Bernie Sanders Starts to Name Names to Set Himself Apart From Hillary Clinton
Just minutes into a recent speech, he said her name.
— -- The first event of Bernie Sanders’s swing through New Hampshire this weekend was uncharacteristically small. No large, chanting crowds commonplace to his campaign. Instead the Vermont senator visited a senior center in Manchester and spoke to a thoughtful group of about 20 people before taking their questions.
But it was not just the setting that was unusual for Sanders, something had changed in his remarks too. Just minutes into his speech, he said her name.
“Let me tell you a word about Social Security. I understand Secretary Clinton was here the other day. I think she and I have a strong disagreement on this,” he began, going on to talk about his proposal for maintaining and expanding Social Security by “scrapping the cap” on taxable income. By comparison, Clinton has only said she would consider such an idea.
For months, unless specifically asked about his primary opponent, Sanders did not mention Clinton while campaigning. Her name only came up in passing during Sanders’ stump speech. “This campaign is not about Bernie Sanders or Hillary Clinton. ... This campaign is about you,” he often said.
That all changed with a pivotal night for Sanders at Iowa Democratic Party’s famed Jefferson Jackson Dinner last week. At the event, Sanders delivered his most cutting critique of Clinton to date, albeit without naming her name. Rather, he ticked through a series of past, key political moments when the two of them differed -- from the Iraq War to the signing of the Defense of Marriage Act -- in order to argue that he was the true progressive. In the days immediately following the dinner, he told reporters it was important to show voters the differences between himself and Clinton.
According to Sanders’s senior staff, they had begun a second phase of their campaign: the “persuasion” phase. Instead of simply rallying his core supporters and boosting his name recognition, Sanders would actively seek to win over undecided Democratic and independent voters, by precisely articulating a contrast with Hillary Clinton.
What exactly that would look like in person, with voters, remained a mystery.
The two-day campaign stop in New Hampshire was the first time he had been back on the trail in an early voting state since his surprising speech in Iowa. Friday afternoon, at his second campaign stop of the day, he again made a point of drawing a comparison with Clinton -- using her name directly. Speaking about the fact that his campaign does not have a super PAC, he told volunteers at his new field office in Nashua, New Hampshire, “Our path in this campaign is much harder than virtually all the other campaigns, including Secretary Clinton’s campaign, which does have a super PAC.”
That evening though, at an event more typical of his campaign, with several hundred people filling the floor of a high school auditorium, Sanders shied away from using her name while addressing the crowd from his podium. “I am told through polls we have an excellent chance to win here in New Hampshire,” he said. “We have not yet put out our first TV ad, our major opponent has spent many, many millions of dollars and you may have seen one or two of her ads.” The line drew a laugh.
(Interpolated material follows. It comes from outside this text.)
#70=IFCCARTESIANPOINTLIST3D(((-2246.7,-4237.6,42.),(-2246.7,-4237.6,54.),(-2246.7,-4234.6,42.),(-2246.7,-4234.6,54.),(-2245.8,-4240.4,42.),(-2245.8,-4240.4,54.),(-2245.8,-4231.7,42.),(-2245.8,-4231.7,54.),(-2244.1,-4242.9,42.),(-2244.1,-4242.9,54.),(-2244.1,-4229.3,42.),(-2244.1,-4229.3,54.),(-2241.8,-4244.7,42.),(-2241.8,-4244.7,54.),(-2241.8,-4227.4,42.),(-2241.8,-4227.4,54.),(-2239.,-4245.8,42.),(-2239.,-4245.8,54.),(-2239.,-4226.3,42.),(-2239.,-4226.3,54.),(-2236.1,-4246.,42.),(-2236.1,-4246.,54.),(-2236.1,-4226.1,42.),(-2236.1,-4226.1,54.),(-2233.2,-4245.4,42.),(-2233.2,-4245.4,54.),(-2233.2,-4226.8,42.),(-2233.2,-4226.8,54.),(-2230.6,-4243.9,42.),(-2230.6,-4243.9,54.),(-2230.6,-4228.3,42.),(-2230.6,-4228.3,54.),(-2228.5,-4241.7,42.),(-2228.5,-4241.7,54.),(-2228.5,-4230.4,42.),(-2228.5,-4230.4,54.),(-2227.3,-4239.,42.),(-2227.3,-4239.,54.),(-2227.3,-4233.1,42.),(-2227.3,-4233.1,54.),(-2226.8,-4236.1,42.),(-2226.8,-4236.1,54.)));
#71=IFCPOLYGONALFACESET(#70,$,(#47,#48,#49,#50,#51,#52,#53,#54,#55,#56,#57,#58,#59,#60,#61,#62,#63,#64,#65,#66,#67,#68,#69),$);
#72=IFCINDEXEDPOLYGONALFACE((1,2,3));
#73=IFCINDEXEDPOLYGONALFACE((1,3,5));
He continued with pointed references to the her and her husband, though he did not say the word “Clinton.”
“I was there when NAFTA was written. I know who wrote it, I know who pushed it,” he said. According to the campaign, Sanders was referring broadly to Wall Street and corporations, but the trade deal was backed and signed by President Bill Clinton.
Sanders also reminded the crowd of the 1999 repeal of the Glass-Steagall Act -- that repeal allowed commercial banks to engage in investment banking. “I was in Congress at the time fighting against the deregulation of Wall Street. ... You had a Democratic president [President Bill Clinton], a Republican Congress. ... You had all these guys saying it was a great idea."
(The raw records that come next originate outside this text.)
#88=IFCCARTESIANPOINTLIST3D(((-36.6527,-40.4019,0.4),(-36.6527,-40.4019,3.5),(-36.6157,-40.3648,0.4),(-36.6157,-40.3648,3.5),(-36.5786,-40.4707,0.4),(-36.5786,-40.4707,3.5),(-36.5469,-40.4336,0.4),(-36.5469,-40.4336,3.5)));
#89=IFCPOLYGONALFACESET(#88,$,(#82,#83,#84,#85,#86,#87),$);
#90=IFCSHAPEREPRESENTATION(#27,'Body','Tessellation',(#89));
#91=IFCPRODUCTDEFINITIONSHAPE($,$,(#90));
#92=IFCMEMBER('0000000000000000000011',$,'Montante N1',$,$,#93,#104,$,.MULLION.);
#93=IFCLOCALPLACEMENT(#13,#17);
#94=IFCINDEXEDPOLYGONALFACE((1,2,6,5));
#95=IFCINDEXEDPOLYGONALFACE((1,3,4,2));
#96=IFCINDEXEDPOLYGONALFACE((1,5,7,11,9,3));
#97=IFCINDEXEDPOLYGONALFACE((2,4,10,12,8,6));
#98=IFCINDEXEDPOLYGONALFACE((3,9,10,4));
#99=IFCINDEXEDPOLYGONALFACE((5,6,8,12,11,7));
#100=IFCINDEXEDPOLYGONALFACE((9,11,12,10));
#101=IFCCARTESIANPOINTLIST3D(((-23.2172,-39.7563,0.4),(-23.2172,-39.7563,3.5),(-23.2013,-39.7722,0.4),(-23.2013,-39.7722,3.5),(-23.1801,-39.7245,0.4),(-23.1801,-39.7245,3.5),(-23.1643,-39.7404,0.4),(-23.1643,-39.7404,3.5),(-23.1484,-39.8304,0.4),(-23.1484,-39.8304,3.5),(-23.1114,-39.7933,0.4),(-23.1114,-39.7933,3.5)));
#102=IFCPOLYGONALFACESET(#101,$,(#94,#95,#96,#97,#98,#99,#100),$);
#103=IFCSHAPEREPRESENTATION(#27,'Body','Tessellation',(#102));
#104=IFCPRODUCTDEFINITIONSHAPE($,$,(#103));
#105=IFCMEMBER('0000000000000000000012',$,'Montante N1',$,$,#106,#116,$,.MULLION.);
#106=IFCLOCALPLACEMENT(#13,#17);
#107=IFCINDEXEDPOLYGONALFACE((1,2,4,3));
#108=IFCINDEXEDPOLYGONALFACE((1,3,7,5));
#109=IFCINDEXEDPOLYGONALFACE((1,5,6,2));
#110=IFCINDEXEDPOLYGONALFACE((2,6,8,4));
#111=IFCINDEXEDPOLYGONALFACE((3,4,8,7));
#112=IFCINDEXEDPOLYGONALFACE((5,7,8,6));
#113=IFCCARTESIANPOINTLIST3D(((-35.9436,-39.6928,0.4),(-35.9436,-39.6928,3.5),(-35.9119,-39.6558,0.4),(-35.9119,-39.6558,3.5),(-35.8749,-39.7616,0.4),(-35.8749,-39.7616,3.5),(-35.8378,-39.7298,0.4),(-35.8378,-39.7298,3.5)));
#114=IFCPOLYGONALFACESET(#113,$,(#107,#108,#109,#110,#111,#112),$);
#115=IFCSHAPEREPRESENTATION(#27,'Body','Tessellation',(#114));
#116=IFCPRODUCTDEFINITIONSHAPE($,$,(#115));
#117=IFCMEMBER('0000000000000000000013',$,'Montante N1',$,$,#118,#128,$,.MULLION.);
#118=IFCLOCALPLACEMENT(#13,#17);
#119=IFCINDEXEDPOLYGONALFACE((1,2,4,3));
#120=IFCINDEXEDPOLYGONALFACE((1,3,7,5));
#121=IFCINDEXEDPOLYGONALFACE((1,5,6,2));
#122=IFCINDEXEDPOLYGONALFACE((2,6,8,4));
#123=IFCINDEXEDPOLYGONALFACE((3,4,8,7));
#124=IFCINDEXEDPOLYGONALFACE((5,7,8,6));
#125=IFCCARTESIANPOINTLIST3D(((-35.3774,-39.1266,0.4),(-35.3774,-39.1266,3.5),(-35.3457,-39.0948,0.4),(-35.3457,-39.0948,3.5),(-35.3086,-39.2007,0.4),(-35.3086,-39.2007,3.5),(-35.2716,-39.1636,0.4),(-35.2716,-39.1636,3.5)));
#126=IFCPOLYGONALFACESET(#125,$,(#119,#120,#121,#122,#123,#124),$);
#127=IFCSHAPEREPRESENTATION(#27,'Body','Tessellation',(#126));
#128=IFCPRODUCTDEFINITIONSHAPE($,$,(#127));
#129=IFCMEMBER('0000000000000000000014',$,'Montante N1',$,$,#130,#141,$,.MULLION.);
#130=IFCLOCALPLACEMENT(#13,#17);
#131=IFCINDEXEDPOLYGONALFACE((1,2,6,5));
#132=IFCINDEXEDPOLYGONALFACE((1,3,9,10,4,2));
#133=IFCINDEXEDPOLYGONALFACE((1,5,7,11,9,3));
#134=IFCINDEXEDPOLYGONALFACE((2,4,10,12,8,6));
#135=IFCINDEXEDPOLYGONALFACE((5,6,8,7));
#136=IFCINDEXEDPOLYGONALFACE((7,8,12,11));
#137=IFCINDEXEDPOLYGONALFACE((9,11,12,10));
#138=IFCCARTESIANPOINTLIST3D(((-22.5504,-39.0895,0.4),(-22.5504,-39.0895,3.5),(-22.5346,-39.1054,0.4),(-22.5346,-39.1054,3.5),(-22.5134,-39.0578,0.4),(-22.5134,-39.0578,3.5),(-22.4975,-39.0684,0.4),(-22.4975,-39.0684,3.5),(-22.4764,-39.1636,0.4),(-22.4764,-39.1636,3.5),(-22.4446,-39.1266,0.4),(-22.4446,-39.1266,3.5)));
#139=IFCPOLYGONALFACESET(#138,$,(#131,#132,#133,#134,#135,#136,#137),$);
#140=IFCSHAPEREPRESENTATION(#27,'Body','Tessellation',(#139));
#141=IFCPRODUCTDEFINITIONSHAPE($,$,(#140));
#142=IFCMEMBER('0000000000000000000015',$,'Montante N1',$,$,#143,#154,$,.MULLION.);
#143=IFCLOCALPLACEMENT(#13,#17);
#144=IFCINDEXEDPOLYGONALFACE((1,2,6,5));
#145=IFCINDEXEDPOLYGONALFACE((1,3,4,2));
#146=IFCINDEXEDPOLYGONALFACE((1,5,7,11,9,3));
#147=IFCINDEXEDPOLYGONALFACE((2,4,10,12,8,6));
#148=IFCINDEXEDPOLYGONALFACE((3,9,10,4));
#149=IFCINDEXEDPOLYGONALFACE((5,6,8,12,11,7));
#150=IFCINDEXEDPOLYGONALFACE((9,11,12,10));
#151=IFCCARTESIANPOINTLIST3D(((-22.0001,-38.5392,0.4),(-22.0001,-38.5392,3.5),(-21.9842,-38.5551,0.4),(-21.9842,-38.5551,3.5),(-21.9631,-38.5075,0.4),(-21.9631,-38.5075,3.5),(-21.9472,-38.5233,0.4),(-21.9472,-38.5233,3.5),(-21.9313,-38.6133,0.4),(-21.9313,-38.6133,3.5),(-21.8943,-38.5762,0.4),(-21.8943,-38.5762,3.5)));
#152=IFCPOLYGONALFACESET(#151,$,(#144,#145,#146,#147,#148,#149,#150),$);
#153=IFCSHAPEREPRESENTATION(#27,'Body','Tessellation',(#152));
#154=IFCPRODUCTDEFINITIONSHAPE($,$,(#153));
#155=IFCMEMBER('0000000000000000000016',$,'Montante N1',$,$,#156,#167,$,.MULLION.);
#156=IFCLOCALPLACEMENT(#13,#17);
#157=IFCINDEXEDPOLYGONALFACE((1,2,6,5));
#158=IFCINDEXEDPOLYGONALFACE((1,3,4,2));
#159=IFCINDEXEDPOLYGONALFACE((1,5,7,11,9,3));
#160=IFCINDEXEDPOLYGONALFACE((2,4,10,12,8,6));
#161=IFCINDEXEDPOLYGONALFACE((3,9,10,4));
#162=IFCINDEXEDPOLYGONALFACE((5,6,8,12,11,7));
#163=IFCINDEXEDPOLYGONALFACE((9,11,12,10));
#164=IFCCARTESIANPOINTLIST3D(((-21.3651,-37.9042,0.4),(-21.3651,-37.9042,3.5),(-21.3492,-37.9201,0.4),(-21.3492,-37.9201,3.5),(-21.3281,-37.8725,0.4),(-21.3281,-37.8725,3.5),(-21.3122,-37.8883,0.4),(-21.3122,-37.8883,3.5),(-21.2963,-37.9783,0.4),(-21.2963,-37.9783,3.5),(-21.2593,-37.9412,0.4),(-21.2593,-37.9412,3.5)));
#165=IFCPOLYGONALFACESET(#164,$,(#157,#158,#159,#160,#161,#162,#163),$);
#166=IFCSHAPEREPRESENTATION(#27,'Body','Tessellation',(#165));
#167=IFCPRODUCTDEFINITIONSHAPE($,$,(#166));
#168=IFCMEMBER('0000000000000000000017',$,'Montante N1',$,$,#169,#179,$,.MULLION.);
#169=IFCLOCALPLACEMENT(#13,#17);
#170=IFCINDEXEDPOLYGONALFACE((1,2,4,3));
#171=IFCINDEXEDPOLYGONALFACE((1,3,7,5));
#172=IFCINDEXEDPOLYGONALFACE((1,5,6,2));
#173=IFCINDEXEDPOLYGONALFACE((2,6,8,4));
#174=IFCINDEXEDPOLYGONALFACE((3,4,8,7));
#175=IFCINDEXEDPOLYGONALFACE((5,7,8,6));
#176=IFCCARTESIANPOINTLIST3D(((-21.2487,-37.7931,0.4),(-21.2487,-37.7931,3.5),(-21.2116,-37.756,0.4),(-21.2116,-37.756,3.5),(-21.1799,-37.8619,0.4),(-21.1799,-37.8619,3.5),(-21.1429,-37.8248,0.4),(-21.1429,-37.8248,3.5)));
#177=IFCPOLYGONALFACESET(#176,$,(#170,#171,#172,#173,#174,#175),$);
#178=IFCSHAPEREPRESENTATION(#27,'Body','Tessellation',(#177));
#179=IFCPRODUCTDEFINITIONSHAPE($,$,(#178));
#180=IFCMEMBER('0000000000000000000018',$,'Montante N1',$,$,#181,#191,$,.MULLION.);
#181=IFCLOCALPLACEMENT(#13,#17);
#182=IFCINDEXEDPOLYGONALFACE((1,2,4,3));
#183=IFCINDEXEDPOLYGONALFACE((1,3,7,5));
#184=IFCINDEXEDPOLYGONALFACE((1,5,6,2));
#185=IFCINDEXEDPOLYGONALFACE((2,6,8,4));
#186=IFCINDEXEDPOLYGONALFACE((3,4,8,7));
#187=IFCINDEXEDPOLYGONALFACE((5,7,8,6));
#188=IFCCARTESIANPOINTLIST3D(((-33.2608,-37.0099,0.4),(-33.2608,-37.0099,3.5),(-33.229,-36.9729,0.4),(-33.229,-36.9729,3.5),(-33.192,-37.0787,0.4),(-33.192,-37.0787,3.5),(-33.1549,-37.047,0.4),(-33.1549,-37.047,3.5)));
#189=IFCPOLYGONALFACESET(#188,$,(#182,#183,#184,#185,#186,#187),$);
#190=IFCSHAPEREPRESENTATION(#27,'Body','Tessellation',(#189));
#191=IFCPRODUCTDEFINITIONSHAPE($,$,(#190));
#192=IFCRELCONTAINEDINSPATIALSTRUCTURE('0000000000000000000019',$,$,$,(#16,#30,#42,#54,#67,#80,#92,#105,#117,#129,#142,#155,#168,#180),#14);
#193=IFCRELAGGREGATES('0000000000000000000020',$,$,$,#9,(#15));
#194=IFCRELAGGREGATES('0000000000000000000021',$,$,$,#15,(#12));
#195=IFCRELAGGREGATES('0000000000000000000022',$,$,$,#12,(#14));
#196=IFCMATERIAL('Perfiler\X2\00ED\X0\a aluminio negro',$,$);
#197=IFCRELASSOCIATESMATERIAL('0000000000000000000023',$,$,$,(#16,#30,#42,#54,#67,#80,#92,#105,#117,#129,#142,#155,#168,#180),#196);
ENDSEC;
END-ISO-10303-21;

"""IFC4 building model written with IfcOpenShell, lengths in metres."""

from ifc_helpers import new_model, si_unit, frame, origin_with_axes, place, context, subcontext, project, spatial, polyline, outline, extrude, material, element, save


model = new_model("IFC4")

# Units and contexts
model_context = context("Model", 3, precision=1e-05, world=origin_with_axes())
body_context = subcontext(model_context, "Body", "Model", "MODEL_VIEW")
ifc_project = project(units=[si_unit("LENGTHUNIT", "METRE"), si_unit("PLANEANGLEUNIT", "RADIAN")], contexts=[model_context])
“I didn’t believe it for a second and helped lead the effort against it. Wasn’t successful," Sanders said.
It was not as though Sanders went out of his way or took every opportunity to say Clinton’s name while talking to voters. The second day of the trip, he did not mention his opponent during his remarks at either of his first two events. At the final rally of the weekend, Sanders instead landed on her husband’s name, again in reference to Wall Street regulations.
“I took on Alan Greenspan and Bill Clinton and the Republican parties -- trying to fight that deregulation [of banks]. Well, we lost that, and 15 years later as a result of the greed and illegal behavior on Wall Street, our economy crashed,” he said.
In the end, the line sounded very typical of Sanders’s campaign speeches, with one extra “Clinton” added.